An offset mortgage works by allowing your savings to balance out your mortgage debt, so you only pay interest on the difference. Monthly mortgage payments are initially calculated on the total debt before accounting for the offset, meaning that each month you end up paying more than needed. This helps you pay off your mortgage faster than with a regular loan, and you don’t pay tax on the interest you would have earned on your savings.
For example, if you have a £100,000 mortgage with an offset tracker loan rate of 5.24% from Intelligent Finance, you could save over £39,000 in interest over the mortgage term by offsetting the loan with £20,000 in savings. This would also allow you to finish paying off the mortgage five years earlier than a standard 25-year mortgage.

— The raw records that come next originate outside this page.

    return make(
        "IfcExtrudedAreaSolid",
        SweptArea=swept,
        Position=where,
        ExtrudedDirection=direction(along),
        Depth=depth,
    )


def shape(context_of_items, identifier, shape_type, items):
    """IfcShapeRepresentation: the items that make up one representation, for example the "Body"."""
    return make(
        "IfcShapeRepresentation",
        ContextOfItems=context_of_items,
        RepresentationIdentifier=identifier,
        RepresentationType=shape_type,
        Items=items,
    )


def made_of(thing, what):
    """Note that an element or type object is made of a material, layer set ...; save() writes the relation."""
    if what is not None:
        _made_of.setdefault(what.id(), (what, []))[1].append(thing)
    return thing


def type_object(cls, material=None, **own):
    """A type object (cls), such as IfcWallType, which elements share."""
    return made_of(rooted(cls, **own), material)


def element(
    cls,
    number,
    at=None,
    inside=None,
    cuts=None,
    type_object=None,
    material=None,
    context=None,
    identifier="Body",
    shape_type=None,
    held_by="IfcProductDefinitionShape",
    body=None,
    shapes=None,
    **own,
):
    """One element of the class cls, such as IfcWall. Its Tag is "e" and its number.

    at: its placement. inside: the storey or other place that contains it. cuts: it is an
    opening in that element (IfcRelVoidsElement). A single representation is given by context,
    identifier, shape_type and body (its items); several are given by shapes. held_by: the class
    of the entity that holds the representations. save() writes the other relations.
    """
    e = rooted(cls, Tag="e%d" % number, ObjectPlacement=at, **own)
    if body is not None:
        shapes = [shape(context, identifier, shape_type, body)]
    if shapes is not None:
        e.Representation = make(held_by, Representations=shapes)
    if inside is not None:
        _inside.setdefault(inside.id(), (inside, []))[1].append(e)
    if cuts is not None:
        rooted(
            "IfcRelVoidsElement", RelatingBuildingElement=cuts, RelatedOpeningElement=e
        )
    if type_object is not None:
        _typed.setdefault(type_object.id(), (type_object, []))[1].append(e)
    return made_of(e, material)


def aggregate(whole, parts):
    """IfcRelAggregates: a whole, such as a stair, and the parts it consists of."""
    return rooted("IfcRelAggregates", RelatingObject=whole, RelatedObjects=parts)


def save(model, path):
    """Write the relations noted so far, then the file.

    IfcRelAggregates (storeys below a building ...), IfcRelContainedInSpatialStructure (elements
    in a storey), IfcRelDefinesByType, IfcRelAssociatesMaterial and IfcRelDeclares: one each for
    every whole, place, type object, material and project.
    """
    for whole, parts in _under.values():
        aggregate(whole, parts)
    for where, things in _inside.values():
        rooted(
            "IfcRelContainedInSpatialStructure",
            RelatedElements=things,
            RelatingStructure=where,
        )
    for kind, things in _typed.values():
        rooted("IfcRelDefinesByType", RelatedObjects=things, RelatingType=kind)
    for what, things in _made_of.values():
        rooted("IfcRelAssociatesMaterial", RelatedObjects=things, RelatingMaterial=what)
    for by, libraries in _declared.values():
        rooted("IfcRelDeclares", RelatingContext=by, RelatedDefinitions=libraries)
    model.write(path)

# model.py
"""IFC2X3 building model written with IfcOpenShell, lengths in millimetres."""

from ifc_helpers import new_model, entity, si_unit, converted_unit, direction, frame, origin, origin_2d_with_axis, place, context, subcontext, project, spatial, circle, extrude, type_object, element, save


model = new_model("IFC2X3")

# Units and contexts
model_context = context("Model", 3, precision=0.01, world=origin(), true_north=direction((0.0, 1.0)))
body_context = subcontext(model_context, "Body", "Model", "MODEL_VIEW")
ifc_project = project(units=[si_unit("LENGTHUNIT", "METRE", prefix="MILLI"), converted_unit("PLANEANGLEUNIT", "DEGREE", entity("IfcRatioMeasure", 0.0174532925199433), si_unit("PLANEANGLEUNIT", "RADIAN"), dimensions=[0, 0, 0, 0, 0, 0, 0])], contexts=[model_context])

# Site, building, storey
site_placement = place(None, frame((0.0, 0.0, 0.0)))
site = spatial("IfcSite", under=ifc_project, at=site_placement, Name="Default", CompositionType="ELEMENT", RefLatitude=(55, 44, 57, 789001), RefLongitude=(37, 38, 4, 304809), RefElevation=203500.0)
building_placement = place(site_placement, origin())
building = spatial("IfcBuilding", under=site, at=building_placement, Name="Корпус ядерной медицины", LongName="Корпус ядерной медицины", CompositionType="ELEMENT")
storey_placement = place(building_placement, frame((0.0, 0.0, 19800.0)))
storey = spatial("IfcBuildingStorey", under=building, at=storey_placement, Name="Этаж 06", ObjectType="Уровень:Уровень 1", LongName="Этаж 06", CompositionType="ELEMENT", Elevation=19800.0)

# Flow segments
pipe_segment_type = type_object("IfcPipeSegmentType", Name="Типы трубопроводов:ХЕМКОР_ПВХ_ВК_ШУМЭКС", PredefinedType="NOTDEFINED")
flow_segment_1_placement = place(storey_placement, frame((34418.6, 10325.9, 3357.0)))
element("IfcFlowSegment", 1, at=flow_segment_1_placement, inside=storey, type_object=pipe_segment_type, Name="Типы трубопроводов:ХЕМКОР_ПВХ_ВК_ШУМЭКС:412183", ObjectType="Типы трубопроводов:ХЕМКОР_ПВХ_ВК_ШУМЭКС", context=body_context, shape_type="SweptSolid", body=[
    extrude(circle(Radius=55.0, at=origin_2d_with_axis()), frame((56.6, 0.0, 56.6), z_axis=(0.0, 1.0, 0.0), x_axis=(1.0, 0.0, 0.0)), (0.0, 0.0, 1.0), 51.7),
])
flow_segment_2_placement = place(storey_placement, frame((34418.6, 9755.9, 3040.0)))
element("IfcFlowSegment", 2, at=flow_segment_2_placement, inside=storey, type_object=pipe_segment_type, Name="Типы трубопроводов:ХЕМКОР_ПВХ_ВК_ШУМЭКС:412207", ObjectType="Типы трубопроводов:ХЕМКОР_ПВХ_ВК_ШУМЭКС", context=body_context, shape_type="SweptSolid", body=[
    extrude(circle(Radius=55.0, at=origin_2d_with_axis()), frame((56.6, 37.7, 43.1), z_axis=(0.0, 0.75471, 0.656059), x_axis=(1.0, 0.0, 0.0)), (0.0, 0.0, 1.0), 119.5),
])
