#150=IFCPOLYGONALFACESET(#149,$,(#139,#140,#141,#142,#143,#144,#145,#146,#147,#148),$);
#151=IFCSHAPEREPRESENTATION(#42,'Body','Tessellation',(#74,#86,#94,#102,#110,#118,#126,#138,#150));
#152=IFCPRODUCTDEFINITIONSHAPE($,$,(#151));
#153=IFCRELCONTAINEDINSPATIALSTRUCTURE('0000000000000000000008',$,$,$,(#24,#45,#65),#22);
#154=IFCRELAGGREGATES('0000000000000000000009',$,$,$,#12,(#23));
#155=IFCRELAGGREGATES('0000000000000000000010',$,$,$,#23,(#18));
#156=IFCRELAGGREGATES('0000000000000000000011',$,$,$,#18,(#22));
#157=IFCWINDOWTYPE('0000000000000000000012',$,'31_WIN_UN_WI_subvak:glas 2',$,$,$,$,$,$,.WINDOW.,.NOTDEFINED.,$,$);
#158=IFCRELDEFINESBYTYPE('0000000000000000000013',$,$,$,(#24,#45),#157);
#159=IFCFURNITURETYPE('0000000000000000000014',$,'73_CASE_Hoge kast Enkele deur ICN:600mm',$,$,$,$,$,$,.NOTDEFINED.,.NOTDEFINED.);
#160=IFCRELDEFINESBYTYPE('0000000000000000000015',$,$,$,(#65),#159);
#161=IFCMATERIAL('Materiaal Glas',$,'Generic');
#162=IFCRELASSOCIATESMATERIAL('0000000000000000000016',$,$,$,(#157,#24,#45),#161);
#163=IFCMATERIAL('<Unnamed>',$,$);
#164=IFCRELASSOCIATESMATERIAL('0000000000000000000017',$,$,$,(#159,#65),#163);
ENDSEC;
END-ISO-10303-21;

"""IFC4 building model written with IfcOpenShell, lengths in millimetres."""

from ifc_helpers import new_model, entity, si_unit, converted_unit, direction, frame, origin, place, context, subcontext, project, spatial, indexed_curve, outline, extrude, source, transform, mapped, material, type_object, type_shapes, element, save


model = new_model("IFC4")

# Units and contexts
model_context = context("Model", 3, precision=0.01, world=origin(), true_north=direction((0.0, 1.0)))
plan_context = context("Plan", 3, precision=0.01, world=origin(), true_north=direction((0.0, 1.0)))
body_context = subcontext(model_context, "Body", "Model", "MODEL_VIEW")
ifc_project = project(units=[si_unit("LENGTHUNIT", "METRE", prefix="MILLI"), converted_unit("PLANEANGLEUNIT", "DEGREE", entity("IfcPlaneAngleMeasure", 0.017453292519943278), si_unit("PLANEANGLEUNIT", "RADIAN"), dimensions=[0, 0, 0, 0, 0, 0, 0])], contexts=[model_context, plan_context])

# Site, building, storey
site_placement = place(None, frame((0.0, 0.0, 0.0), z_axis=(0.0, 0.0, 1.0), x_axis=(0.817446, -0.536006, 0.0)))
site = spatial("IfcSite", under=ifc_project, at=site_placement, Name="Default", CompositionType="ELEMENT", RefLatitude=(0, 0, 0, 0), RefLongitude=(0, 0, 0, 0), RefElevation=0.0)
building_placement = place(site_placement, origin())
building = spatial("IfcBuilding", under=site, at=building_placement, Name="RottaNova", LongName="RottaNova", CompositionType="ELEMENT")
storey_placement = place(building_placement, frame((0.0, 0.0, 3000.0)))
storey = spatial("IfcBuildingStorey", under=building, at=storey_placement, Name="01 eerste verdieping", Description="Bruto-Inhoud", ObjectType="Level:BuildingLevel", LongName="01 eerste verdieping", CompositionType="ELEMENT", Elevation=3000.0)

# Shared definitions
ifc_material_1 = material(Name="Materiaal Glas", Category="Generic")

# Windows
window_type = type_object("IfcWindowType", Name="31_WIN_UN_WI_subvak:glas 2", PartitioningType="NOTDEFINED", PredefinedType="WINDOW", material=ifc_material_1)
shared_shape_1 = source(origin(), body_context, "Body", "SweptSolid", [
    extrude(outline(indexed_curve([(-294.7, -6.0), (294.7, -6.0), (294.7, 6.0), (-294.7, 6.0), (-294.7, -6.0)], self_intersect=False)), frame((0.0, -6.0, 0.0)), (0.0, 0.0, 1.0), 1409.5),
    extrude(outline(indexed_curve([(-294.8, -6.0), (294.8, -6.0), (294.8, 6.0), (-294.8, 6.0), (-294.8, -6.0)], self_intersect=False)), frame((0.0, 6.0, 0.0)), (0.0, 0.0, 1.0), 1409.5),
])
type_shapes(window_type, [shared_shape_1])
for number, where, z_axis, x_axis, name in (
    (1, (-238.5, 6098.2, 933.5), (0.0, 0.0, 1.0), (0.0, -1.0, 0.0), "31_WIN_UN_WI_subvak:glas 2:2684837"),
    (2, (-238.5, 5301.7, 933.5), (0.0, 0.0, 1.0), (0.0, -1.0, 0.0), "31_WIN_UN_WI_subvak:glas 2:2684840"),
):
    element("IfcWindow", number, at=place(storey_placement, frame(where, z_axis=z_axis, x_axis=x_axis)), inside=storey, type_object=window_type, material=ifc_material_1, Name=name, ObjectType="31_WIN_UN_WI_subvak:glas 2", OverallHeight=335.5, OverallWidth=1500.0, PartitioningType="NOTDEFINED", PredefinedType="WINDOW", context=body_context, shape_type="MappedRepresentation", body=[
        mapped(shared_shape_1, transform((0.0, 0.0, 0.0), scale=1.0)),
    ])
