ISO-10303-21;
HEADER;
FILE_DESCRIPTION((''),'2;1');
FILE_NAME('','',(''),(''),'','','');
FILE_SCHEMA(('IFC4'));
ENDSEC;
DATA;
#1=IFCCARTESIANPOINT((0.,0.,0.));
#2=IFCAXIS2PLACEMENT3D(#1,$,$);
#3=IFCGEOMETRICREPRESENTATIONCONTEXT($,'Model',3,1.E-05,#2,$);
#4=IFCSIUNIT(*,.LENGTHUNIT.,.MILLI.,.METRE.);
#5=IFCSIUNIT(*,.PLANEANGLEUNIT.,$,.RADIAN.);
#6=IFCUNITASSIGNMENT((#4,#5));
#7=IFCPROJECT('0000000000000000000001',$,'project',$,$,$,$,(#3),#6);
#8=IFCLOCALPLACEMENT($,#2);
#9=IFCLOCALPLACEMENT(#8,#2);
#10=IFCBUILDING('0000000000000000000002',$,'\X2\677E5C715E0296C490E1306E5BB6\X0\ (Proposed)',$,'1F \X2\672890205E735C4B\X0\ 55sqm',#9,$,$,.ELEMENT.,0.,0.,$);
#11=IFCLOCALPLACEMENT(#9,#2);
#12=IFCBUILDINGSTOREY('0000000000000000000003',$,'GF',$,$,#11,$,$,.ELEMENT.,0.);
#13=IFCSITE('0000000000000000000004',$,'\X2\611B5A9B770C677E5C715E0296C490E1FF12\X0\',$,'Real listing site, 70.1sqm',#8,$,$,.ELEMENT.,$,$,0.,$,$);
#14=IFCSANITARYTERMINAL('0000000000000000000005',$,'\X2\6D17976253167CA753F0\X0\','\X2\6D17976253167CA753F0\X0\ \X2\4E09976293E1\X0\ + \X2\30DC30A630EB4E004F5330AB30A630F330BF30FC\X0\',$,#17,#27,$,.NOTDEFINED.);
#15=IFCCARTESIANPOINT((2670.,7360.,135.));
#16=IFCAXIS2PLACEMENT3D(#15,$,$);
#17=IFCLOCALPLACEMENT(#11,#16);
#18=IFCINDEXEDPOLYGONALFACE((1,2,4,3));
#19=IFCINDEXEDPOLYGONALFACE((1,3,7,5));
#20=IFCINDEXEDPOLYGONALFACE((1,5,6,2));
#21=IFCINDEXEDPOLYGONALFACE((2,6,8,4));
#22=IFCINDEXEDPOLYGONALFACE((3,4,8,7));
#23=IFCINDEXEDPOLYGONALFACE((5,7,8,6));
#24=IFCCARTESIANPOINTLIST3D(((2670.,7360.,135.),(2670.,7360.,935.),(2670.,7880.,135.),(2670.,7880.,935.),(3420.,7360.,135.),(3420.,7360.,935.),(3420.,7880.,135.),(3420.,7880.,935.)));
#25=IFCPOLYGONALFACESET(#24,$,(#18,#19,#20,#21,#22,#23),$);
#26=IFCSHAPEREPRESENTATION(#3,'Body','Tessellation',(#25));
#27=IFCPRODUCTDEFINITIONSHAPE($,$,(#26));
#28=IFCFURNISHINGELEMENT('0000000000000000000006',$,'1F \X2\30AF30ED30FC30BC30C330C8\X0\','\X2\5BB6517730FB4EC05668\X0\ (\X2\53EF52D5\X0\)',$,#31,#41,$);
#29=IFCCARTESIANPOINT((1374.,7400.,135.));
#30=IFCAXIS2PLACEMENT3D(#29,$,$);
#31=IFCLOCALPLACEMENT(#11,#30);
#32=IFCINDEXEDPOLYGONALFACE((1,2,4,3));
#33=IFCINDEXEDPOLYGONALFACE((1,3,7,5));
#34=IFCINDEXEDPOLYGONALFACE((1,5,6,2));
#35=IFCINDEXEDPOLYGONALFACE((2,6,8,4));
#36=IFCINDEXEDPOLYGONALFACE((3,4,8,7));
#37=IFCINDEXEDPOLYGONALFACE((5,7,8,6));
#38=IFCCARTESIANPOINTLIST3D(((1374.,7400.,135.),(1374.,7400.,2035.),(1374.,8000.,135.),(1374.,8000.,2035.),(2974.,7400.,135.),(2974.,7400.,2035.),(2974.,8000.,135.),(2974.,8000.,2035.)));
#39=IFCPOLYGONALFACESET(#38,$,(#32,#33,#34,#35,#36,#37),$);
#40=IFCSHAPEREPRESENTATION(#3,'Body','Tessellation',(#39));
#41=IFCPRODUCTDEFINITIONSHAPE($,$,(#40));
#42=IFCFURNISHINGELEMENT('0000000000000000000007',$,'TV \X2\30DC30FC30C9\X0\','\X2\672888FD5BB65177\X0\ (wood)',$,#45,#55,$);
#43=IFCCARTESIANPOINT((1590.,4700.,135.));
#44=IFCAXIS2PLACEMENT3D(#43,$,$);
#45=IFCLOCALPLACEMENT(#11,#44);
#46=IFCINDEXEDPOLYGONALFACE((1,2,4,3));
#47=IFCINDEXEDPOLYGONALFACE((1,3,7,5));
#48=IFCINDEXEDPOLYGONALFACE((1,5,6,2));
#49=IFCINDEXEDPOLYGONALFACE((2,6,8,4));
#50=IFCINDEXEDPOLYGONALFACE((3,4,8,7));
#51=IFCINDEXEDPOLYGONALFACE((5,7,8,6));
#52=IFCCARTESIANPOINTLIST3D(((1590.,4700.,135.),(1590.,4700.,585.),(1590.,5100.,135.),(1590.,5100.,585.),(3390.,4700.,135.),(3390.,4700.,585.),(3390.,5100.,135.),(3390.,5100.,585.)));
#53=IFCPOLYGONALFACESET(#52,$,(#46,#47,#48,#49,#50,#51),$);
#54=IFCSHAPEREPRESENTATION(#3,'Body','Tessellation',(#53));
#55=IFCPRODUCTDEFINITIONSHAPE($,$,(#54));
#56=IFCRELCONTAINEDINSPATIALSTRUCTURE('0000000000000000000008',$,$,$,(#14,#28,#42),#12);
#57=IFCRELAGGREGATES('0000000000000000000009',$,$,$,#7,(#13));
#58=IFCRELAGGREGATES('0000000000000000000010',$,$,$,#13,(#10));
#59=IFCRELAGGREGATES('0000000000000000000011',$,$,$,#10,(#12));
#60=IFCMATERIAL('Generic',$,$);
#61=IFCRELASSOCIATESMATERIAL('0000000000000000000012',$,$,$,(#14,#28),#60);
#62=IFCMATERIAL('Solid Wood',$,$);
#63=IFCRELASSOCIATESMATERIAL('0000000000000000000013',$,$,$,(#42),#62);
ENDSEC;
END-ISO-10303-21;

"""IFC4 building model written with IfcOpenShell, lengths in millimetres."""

from ifc_helpers import new_model, si_unit, frame, frame_2d, origin, place, context, project, spatial, rectangle, extrude, material, element, save


model = new_model("IFC4")

# Units and contexts
model_context = context("Model", 3, precision=1e-05, world=origin())
ifc_project = project(units=[si_unit("LENGTHUNIT", "METRE", prefix="MILLI"), si_unit("PLANEANGLEUNIT", "RADIAN")], contexts=[model_context])

# Site, building, storey
site_placement = place(None, origin())
site = spatial("IfcSite", under=ifc_project, at=site_placement, Name="愛媛県松山市雄郡２", ObjectType="Real listing site, 70.1sqm", CompositionType="ELEMENT", RefElevation=0.0)
building_placement = place(site_placement, origin())
building = spatial("IfcBuilding", under=site, at=building_placement, Name="松山市雄郡の家 (Proposed)", ObjectType="1F 木造平屋 55sqm", CompositionType="ELEMENT", ElevationOfRefHeight=0.0, ElevationOfTerrain=0.0)
storey_placement = place(building_placement, origin())
storey = spatial("IfcBuildingStorey", under=building, at=storey_placement, Name="GF", CompositionType="ELEMENT", Elevation=0.0)

# Shared definitions
ifc_material_1 = material(Name="Solid Wood")

# Shared definitions
ifc_material_2 = material(Name="Generic")

# Sanitary terminal
sanitary_terminal_1_placement = place(storey_placement, frame((2670.0, 7360.0, 135.0)))
element("IfcSanitaryTerminal", 1, at=sanitary_terminal_1_placement, inside=storey, material=ifc_material_2, Name="洗面化粧台", Description="洗面化粧台 三面鏡 + ボウル一体カウンター", PredefinedType="NOTDEFINED", context=model_context, shape_type="SweptSolid", body=[
    extrude(rectangle(XDim=750.0, YDim=520.0, at=frame_2d((375.0, 260.0))), frame((2670.0, 7360.0, 135.0)), (0.0, 0.0, 1.0), 800.0),
])

# Furnishing elements
furnishing_1_placement = place(storey_placement, frame((1374.0, 7400.0, 135.0)))
element("IfcFurnishingElement", 2, at=furnishing_1_placement, inside=storey, material=ifc_material_2, Name="1F クローゼット", Description="家具・什器 (可動)", context=model_context, shape_type="SweptSolid", body=[
    extrude(rectangle(XDim=1600.0, YDim=600.0, at=frame_2d((800.0, 300.0))), frame((1374.0, 7400.0, 135.0)), (0.0, 0.0, 1.0), 1900.0),
])
furnishing_2_placement = place(storey_placement, frame((1590.0, 4700.0, 135.0)))
element("IfcFurnishingElement", 3, at=furnishing_2_placement, inside=storey, material=ifc_material_1, Name="TV ボード", Description="木製家具 (wood)", context=model_context, shape_type="SweptSolid", body=[
    extrude(rectangle(XDim=1800.0, YDim=400.0, at=frame_2d((900.0, 200.0))), frame((1590.0, 4700.0, 135.0)), (0.0, 0.0, 1.0), 450.0),
])

save(model, "model.ifc")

About a quarter of mainstream mortgage providers offer offset deals. Some of these are current account mortgages, like the One Account from the Royal Bank of Scotland, which lets you offset savings and current account balances against your mortgage. Together, offset and current account mortgages make up about 10% of the home loans market.
Most offset mortgages have interest rates linked to the Bank of England’s base rate, but there are also fixed or capped rate options available. They offer flexibility, allowing borrowers to pay off the principal without penalties, make lower payments, or even take payment breaks if they’ve made additional payments throughout the year.
However, offset mortgages usually come with higher rates than traditional ones, making the flexible benefits more costly. They might not be the best choice for everyone. In fact, industry data shows they aren’t extremely popular among consumers.
Mortgage broker John Charcol reported that only 1% of borrowers chose an offset loan last month, compared to 20% who selected base rate tracker deals, and 18% who went for low two-year fixed deals.
Mortgage adviser James Cotton from London & Country suggests that for an offset deal to be more cost-effective than a traditional mortgage, higher-rate taxpayers should have at least £10,000 in savings to offset a £100,000 mortgage.
Ray Boulger from Charcol points out that while offset mortgages might not suit everyone, they offer unique features. For example, they allow you to offset multiple savings and current accounts. Some providers even let parents use their savings to offset their children’s mortgage, reducing the monthly payments while still keeping access to their funds.
Mark Pittaccio, a business development manager from Hertfordshire, values the flexibility of offset mortgages. Over the past six years, his offset mortgage has allowed him to renovate a property, buy a car, start a business, and manage his taxes effectively. Although the rates are slightly higher than some competitive two-year deals, he believes the extra benefits are worth the additional cost.